You know we’ve reached a low point in U.S. infrastructure policy when state officials are selling off public utilities in order to fund $1.7 billion highway interchanges.
Contrast American gimmicks with the progress of some of our international competitors. Systemic Failure reports today that China is now operating four high-speed rail lines at a profit, even when factoring in payments to cover construction costs. By 2015, China will have built more than 11,000 miles of track for the country’s ultra high-speed “bullet trains,” and by 2020, they hope to expand to more than 31,000 miles.
Meanwhile, France is experimenting with a new fare system to make high-speed train travel more affordable for some trips, reports Yonah Freemark at the Transport Politic. They call the new service OuiGo, and it’s designed to lure people out of their cars by charging peanuts for inter-city travel:
OuiGo will offer 300 km/h TGV speed at very low prices, starting at €10 for journeys between the Paris region and the Mediterranean coast (Montpellier and Marseille, via Lyon), a trip of about 500 miles (10% of overall tickets will be as low as that, with the rest increasing to a maximum of €85). SNCF claims that these ticket prices are the lowest available in the world for high-speed trains. Current TGV tickets start at €19 for similar journeys, but generally are above €50. OuiGo tickets will always be cheaper than equivalent TGV tickets on similar journeys.
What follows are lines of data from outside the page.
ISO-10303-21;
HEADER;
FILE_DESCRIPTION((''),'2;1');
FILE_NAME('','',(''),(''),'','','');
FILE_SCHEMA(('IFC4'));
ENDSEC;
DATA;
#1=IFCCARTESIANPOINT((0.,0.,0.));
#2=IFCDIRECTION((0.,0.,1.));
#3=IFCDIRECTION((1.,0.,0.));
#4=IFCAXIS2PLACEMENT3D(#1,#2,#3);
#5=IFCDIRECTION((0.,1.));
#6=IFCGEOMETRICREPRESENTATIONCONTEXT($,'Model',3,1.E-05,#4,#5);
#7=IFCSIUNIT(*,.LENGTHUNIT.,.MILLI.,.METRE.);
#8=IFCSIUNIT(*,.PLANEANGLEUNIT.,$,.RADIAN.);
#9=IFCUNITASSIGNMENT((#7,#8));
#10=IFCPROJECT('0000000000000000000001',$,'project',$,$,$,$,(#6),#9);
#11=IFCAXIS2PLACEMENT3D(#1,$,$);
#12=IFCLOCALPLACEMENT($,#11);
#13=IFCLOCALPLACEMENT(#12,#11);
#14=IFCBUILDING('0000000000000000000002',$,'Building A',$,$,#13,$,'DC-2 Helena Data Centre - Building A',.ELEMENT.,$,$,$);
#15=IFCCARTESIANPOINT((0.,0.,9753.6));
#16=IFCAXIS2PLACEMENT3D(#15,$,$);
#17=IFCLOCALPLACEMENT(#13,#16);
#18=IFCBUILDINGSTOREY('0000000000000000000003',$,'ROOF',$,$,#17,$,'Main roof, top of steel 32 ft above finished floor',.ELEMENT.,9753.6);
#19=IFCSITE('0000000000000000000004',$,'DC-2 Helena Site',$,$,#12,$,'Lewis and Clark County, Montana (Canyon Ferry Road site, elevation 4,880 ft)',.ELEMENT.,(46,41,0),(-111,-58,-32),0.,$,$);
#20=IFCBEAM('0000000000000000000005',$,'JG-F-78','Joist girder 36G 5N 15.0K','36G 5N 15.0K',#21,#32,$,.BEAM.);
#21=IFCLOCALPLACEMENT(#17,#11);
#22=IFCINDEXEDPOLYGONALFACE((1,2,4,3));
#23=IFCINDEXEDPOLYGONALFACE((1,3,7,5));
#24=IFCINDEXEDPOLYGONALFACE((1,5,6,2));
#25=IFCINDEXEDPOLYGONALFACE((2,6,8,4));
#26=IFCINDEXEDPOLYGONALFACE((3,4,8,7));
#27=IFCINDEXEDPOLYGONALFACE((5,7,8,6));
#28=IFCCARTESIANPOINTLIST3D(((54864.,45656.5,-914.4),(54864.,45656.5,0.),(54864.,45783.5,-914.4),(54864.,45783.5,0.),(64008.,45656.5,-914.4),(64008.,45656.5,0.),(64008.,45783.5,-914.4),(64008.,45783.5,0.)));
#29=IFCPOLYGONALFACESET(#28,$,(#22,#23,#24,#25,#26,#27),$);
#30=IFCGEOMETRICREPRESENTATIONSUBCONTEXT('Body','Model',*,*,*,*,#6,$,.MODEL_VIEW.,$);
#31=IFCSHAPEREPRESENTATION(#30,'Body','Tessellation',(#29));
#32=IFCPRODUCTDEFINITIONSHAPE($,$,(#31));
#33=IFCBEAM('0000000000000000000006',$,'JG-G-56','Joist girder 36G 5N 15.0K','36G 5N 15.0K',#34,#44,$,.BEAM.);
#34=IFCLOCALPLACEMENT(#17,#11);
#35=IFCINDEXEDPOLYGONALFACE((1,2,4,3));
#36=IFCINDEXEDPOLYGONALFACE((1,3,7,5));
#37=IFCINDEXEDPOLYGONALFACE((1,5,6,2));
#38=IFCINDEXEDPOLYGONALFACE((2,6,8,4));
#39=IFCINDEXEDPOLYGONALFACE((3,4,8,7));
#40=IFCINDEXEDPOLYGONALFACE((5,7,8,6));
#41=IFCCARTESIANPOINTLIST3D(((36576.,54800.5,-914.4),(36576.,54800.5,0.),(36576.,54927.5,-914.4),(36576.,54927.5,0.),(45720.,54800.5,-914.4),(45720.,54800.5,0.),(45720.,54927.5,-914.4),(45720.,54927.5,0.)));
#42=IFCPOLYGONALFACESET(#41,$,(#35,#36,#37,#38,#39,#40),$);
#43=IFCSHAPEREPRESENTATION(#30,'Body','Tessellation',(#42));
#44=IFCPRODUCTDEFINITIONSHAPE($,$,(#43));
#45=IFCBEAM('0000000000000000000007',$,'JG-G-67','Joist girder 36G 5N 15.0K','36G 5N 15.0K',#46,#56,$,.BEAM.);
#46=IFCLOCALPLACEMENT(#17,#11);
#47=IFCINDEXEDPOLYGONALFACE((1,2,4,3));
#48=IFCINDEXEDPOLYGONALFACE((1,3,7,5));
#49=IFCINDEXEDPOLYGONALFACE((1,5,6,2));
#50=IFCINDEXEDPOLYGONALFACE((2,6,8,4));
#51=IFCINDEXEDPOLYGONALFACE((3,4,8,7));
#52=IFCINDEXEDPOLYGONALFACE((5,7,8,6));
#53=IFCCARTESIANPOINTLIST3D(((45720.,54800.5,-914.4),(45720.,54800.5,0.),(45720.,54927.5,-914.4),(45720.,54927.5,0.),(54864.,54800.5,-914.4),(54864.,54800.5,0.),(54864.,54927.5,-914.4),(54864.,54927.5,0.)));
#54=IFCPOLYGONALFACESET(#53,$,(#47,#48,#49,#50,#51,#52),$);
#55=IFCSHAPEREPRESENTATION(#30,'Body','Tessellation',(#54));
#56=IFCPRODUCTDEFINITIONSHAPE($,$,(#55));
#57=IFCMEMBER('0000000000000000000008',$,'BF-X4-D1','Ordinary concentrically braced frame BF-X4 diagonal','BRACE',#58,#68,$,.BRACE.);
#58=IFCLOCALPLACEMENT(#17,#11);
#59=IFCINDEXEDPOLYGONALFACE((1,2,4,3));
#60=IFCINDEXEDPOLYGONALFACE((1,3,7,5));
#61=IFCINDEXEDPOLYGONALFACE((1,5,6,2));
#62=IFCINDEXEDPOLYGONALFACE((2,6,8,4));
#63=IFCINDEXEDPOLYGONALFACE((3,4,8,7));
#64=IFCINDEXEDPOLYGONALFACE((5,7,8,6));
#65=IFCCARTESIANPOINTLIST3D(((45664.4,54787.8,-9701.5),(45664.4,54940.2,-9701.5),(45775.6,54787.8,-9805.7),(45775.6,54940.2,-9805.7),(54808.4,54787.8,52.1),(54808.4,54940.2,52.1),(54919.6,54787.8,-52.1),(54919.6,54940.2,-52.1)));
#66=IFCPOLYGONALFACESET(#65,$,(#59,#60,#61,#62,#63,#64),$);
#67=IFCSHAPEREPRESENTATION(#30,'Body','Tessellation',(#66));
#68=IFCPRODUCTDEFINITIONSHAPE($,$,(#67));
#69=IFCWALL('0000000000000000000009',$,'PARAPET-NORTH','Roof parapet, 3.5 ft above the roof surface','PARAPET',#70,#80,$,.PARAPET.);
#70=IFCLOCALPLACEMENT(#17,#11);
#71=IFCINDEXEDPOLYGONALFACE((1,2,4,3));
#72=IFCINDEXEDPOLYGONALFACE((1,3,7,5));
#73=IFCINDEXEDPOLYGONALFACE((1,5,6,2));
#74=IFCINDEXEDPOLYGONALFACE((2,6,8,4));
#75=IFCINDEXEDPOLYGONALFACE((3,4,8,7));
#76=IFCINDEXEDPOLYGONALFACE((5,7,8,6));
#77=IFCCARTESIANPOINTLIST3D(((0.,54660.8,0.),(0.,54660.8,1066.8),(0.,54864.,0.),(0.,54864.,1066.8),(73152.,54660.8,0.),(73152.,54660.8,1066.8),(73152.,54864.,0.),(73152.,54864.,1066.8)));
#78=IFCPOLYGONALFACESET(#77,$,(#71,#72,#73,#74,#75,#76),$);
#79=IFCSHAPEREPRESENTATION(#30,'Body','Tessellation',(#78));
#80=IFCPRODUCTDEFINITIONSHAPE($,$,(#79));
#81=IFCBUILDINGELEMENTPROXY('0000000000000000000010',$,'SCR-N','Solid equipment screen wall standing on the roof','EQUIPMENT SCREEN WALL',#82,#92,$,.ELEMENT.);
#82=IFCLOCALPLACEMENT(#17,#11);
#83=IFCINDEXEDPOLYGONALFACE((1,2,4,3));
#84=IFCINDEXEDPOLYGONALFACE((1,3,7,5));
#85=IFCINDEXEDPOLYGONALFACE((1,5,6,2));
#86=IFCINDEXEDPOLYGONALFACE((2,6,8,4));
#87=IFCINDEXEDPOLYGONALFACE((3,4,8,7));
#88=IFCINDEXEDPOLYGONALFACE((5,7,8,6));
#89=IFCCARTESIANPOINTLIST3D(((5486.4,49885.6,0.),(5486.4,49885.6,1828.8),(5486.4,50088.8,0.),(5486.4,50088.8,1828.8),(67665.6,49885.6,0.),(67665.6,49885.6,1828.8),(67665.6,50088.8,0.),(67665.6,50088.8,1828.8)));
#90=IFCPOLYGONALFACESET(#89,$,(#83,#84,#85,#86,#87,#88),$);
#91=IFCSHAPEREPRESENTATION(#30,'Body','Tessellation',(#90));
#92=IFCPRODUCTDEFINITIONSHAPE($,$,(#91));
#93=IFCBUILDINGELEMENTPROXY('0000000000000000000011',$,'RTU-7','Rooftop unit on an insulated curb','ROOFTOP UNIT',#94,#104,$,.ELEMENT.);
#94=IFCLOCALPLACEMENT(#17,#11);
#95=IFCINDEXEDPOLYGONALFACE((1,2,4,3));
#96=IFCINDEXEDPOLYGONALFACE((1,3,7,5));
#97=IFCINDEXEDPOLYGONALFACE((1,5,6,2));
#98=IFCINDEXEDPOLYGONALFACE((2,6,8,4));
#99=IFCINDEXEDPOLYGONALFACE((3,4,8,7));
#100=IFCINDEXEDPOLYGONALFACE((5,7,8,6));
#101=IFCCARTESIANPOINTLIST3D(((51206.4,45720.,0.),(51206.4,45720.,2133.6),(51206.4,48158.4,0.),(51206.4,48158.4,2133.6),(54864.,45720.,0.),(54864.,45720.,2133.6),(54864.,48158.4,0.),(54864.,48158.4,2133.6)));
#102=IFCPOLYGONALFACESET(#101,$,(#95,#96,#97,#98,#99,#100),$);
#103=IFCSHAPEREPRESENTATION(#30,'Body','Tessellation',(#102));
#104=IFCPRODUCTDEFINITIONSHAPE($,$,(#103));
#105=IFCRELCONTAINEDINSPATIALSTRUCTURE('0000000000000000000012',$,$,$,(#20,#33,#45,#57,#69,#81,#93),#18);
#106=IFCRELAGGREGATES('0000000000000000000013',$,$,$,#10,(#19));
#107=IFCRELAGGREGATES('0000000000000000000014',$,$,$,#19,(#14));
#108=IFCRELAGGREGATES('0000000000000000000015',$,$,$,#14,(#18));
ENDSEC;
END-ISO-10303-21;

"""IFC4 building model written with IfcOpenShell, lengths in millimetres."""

from ifc_helpers import new_model, si_unit, direction, frame, origin, origin_with_axes, origin_2d, place, context, subcontext, project, spatial, rectangle, extrude, element, save


model = new_model("IFC4")

# Units and contexts
model_context = context("Model", 3, precision=1e-05, world=origin_with_axes(), true_north=direction((0.0, 1.0)))
body_context = subcontext(model_context, "Body", "Model", "MODEL_VIEW")
ifc_project = project(units=[si_unit("LENGTHUNIT", "METRE", prefix="MILLI"), si_unit("PLANEANGLEUNIT", "RADIAN")], contexts=[model_context])

# Site, building, storey
site_placement = place(None, origin())
site = spatial("IfcSite", under=ifc_project, at=site_placement, Name="DC-2 Helena Site", LongName="Lewis and Clark County, Montana (Canyon Ferry Road site, elevation 4,880 ft)", CompositionType="ELEMENT", RefLatitude=(46, 41, 0), RefLongitude=(-111, -58, -32), RefElevation=0.0)
building_placement = place(site_placement, origin())
building = spatial("IfcBuilding", under=site, at=building_placement, Name="Building A", LongName="DC-2 Helena Data Centre - Building A", CompositionType="ELEMENT")
storey_placement = place(building_placement, frame((0.0, 0.0, 9753.6)))
storey = spatial("IfcBuildingStorey", under=building, at=storey_placement, Name="ROOF", LongName="Main roof, top of steel 32 ft above finished floor", CompositionType="ELEMENT", Elevation=9753.6)

# Shared definitions
placement_1 = place(storey_placement, frame((45720.0, 54864.0, -9753.6)))

# Beams
placement_2 = place(storey_placement, frame((54864.0, 45720.0, 0.0)))
element("IfcBeam", 1, at=placement_2, inside=storey, Name="JG-F-78", Description="Joist girder 36G 5N 15.0K", ObjectType="36G 5N 15.0K", PredefinedType="BEAM", context=body_context, shape_type="SweptSolid", body=[
    extrude(rectangle(XDim=127.0, YDim=914.4, at=origin_2d()), frame((0.0, 0.0, -457.2), z_axis=(1.0, 0.0, 0.0), x_axis=(0.0, 1.0, 0.0)), (0.0, 0.0, 1.0), 9144.0),
])
for number, where, name in (
    (2, (36576.0, 54864.0, 0.0), "JG-G-56"),
    (3, (45720.0, 54864.0, 0.0), "JG-G-67"),
):
    element("IfcBeam", number, at=place(storey_placement, frame(where)), inside=storey, Name=name, Description="Joist girder 36G 5N 15.0K", ObjectType="36G 5N 15.0K", PredefinedType="BEAM", context=body_context, shape_type="SweptSolid", body=[
        extrude(rectangle(XDim=127.0, YDim=914.4, at=origin_2d()), frame((0.0, 0.0, -457.2), z_axis=(1.0, 0.0, 0.0), x_axis=(0.0, 1.0, 0.0)), (0.0, 0.0, 1.0), 9144.0),
    ])

# Member
element("IfcMember", 4, at=placement_1, inside=storey, Name="BF-X4-D1", Description="Ordinary concentrically braced frame BF-X4 diagonal", ObjectType="BRACE", PredefinedType="BRACE", context=body_context, shape_type="SweptSolid", body=[
    extrude(rectangle(XDim=152.4, YDim=152.4, at=origin_2d()), frame((0.0, 0.0, 0.0), z_axis=(0.683941, 0.0, 0.729537), x_axis=(0.0, 1.0, 0.0)), (0.0, 0.0, 1.0), 13369.6),
])

# Wall
wall_placement = place(storey_placement, frame((36576.0, 54762.4, 0.0)))
element("IfcWall", 5, at=wall_placement, inside=storey, Name="PARAPET-NORTH", Description="Roof parapet, 3.5 ft above the roof surface", ObjectType="PARAPET", PredefinedType="PARAPET", context=body_context, shape_type="SweptSolid", body=[
    extrude(rectangle(XDim=73152.0, YDim=203.2, at=origin_2d()), origin(), (0.0, 0.0, 1.0), 1066.8),
])

# Building element proxies
proxy_1_placement = place(storey_placement, frame((36576.0, 49987.2, 0.0)))
element("IfcBuildingElementProxy", 6, at=proxy_1_placement, inside=storey, Name="SCR-N", Description="Solid equipment screen wall standing on the roof", ObjectType="EQUIPMENT SCREEN WALL", PredefinedType="ELEMENT", context=body_context, shape_type="SweptSolid", body=[
    extrude(rectangle(XDim=62179.2, YDim=203.2, at=origin_2d()), origin(), (0.0, 0.0, 1.0), 1828.8),
])
proxy_2_placement = place(storey_placement, frame((53035.2, 46939.2, 0.0)))
element("IfcBuildingElementProxy", 7, at=proxy_2_placement, inside=storey, Name="RTU-7", Description="Rooftop unit on an insulated curb", ObjectType="ROOFTOP UNIT", PredefinedType="ELEMENT", context=body_context, shape_type="SweptSolid", body=[
    extrude(rectangle(XDim=3657.6, YDim=2438.4, at=origin_2d()), origin(), (0.0, 0.0, 1.0), 2133.6),
])

save(model, "model.ifc")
Which country do you think will be best positioned if energy prices rise?
Elsewhere on the Network today: A View from the Cycle Path explains how Dutch “woonerven” — nearly car-free residential areas — differ from “shared space,” which author David Hembrow says is still designed to accommodate cars. Transit Miami thinks about what it would take to make Miami “a real city.” And Boston Biker reports that a project in Somerville has triggered the old bike infrastructure-vs-parking debate in the local press.